Leipzig hatte beim Stand von 4:2 die Bayern mit je einer Ballberührung ausgespielt, was für den TV-Reporter und andere provokant wirkte.

Sabitzer über mögliche ÖFB-Team-Probleme

Der 23-Jährige hält über die überragende erste Saison in der deutschen Bundesliga fest: "Wir sind die jüngste Mannschaft in der Liga, vielleicht ist es deswegen noch höher einzustufen. Aber wir sind auch keine Stars, keine No Names. Wir halten einfach zusammen und unser Pressing-Spiel ist auch nicht jeder gewöhnt gewesen."

Das Pressing könnte allerdings wiederum der Grund dafür sein, warum es im ÖFB-Team bei ihm nicht immer nach Wunsch verläuft. "Ich probiere immer meine Leistung zu bringen, aber es ist oft schon schwierig, weil im Nationalteam ein anderes System gefordert wird. Vielleicht ist das der Grund, warum ich nicht so 100 Prozent überzeugen kann."

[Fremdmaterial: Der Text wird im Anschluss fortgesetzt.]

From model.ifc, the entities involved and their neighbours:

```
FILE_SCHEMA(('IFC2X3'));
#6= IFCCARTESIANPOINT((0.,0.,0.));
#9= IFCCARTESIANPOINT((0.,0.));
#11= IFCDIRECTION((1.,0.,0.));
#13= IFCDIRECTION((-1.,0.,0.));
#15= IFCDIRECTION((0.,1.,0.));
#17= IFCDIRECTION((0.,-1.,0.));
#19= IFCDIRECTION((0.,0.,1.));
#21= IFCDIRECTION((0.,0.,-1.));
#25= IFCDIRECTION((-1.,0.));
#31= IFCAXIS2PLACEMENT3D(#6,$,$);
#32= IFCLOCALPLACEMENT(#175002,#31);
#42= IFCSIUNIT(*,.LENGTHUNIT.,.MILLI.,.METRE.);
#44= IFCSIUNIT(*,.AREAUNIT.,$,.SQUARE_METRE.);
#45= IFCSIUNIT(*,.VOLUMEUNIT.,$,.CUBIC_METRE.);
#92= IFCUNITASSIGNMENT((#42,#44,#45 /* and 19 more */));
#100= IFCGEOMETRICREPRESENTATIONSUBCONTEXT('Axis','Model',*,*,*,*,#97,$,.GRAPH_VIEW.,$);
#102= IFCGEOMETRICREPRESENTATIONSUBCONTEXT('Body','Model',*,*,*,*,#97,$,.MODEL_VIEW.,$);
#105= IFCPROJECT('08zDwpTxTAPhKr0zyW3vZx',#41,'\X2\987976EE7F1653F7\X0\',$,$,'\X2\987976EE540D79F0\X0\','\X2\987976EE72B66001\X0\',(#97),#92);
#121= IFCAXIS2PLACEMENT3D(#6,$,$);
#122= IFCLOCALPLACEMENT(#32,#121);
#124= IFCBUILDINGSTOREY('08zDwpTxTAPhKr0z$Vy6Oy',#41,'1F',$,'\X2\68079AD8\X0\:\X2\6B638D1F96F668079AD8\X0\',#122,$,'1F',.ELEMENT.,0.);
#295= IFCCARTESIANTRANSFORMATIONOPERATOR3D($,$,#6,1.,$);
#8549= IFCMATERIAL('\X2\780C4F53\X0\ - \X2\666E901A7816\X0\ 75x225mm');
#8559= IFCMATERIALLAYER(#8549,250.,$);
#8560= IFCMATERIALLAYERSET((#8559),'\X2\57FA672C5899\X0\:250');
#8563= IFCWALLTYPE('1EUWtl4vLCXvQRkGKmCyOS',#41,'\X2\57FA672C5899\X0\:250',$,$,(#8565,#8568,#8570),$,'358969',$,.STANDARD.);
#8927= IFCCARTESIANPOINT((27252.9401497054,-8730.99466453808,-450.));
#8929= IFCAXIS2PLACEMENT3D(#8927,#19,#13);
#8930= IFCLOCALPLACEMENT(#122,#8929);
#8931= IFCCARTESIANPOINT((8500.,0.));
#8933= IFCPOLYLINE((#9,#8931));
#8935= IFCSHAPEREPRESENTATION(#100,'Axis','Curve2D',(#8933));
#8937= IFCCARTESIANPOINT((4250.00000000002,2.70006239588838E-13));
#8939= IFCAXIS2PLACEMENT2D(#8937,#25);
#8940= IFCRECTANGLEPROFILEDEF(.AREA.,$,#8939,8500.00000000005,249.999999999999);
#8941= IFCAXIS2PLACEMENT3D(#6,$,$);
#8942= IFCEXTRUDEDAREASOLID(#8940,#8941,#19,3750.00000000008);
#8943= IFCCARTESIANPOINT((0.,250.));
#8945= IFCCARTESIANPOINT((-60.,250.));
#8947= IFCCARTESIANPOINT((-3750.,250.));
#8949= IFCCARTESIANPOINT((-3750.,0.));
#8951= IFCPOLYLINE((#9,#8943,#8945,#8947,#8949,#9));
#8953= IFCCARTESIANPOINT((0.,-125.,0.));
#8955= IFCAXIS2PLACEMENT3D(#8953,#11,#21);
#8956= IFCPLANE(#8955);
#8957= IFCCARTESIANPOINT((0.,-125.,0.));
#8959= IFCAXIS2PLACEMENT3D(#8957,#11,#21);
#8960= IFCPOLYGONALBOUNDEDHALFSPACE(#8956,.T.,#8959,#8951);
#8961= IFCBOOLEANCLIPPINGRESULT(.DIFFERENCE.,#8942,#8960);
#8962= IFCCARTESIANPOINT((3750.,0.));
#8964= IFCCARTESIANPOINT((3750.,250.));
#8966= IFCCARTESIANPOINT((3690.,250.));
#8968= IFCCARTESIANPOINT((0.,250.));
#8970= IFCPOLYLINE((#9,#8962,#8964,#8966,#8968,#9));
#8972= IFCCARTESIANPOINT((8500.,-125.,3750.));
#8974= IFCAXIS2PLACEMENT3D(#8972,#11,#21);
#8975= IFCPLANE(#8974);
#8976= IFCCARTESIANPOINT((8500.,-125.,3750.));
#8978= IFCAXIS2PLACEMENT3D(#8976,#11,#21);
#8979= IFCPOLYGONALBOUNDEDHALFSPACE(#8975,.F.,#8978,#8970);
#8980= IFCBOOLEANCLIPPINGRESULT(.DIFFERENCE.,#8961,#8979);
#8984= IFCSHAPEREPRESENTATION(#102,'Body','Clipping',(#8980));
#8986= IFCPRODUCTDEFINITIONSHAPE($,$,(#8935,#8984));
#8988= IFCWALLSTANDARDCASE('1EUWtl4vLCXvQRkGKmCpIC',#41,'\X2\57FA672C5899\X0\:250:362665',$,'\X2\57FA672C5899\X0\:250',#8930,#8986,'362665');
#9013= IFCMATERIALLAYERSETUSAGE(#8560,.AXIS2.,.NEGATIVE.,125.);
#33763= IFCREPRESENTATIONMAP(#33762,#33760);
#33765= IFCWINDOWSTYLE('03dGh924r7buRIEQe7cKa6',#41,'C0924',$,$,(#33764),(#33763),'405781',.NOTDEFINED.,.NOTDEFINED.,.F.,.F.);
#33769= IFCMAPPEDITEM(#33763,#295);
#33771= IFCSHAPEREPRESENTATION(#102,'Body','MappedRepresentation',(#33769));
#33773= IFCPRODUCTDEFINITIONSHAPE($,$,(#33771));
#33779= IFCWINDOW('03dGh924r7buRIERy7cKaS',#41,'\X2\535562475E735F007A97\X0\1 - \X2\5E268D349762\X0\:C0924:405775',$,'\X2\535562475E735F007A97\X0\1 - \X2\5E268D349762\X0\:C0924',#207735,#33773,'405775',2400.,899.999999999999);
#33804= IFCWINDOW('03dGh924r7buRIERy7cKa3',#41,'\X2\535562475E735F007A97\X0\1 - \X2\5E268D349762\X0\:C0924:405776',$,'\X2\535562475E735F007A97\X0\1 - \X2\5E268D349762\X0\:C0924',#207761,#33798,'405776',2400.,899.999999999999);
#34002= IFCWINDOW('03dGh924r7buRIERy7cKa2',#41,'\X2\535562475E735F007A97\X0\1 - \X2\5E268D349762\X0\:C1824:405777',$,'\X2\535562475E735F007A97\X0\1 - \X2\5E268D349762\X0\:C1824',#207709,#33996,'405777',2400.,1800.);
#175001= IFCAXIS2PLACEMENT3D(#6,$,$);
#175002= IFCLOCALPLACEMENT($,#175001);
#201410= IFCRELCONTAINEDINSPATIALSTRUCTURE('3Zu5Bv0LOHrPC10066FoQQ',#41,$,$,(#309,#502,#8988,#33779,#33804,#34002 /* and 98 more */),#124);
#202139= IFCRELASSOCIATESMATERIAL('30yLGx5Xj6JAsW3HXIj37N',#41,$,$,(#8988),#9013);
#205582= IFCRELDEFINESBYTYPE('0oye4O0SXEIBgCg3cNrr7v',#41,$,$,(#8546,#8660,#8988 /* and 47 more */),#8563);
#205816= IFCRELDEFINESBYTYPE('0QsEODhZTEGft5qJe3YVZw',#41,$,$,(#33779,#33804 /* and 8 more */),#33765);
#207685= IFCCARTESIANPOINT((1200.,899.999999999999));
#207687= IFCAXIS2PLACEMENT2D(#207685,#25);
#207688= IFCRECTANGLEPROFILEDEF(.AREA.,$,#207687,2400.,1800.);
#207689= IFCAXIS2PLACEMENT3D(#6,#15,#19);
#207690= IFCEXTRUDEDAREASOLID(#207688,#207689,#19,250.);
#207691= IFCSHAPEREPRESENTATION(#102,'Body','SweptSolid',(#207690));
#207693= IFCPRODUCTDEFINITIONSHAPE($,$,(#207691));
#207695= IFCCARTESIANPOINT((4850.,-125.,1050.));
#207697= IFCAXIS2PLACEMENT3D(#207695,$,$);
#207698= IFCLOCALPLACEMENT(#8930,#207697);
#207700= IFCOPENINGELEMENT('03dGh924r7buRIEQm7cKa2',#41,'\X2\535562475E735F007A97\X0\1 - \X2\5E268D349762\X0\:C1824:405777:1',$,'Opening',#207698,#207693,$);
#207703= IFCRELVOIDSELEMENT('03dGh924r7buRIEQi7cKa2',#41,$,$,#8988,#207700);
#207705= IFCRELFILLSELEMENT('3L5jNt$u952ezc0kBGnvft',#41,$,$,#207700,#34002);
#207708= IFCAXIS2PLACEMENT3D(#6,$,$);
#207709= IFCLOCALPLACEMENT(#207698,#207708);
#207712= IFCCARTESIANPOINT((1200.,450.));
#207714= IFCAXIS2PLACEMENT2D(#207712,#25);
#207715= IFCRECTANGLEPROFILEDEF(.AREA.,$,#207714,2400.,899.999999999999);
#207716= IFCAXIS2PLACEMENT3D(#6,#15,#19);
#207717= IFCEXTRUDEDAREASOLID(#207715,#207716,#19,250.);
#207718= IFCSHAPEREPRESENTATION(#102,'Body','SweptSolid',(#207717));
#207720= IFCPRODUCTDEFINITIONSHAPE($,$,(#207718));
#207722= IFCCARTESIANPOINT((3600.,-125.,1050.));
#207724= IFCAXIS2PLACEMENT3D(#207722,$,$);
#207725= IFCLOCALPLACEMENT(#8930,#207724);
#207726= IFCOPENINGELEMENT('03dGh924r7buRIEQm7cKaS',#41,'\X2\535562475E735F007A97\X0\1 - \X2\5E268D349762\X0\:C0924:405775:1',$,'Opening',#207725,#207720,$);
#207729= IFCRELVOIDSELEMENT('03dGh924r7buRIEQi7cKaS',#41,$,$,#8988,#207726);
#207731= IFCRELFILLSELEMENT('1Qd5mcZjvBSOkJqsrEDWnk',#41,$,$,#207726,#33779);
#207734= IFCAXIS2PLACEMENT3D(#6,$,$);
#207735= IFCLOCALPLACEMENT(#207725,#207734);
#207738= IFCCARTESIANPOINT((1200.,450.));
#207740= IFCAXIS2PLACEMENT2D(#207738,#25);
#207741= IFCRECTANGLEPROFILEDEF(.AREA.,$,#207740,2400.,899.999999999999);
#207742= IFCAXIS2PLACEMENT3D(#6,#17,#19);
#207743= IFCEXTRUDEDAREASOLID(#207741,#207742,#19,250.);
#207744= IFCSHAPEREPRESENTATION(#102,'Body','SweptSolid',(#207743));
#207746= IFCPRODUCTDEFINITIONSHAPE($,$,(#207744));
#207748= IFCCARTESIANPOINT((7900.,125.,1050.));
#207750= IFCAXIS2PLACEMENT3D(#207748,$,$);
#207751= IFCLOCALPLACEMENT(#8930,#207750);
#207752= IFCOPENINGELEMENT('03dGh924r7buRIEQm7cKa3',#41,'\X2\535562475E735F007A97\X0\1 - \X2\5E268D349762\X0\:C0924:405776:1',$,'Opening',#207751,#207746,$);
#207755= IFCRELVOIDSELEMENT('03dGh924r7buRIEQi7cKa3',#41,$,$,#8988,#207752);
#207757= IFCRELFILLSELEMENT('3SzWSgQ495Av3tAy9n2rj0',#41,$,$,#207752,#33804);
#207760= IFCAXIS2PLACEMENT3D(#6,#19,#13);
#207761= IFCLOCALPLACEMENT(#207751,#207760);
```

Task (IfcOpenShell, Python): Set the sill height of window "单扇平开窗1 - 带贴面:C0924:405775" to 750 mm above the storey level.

```python
import numpy as np
import ifcopenshell
import ifcopenshell.api.geometry
import ifcopenshell.geom
import ifcopenshell.util.element
import ifcopenshell.util.placement
import ifcopenshell.util.shape
import ifcopenshell.util.unit

model = ifcopenshell.open("model.ifc")
unit_scale = ifcopenshell.util.unit.calculate_unit_scale(model)

window = model.by_guid("03dGh924r7buRIERy7cKaS")
opening = window.FillsVoids[0].RelatingOpeningElement
storey = ifcopenshell.util.element.get_container(window, ifc_class="IfcBuildingStorey")
level = ifcopenshell.util.placement.get_local_placement(storey.ObjectPlacement)[2, 3]

# The opening's origin need not be at the sill, so measure its lowest point.
shape = ifcopenshell.geom.create_shape(ifcopenshell.geom.settings(), opening)
bottom = ifcopenshell.util.shape.get_shape_bottom_elevation(shape, shape.geometry) / unit_scale
dz = level + 0.75 / unit_scale - bottom

shift = np.array([0.0, 0.0, dz])
# The window is placed relative to its opening, so it follows when the opening moves.
matrix = ifcopenshell.util.placement.get_local_placement(opening.ObjectPlacement)
matrix[:3, 3] += shift
ifcopenshell.api.geometry.edit_object_placement(
    model, product=opening, matrix=matrix, is_si=False, should_transform_children=True
)

print(f"moved by {dz * unit_scale:+.3f} m")

model.write("model_updated.ifc")
```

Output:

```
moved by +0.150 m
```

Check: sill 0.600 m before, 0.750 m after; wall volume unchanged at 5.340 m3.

Mit der direkten Champions-League-Quali erfüllt sich Sabitzer in jedem Fall einen Traum. Sein bisheriger Weg von der Admira, über Rapid zu Salzburg nach Leipzig verlief perfekt: "Ich hätte mir als junger Mensch nicht erträumt, dass es so schnell geht. Aber ich werde nicht aufhören."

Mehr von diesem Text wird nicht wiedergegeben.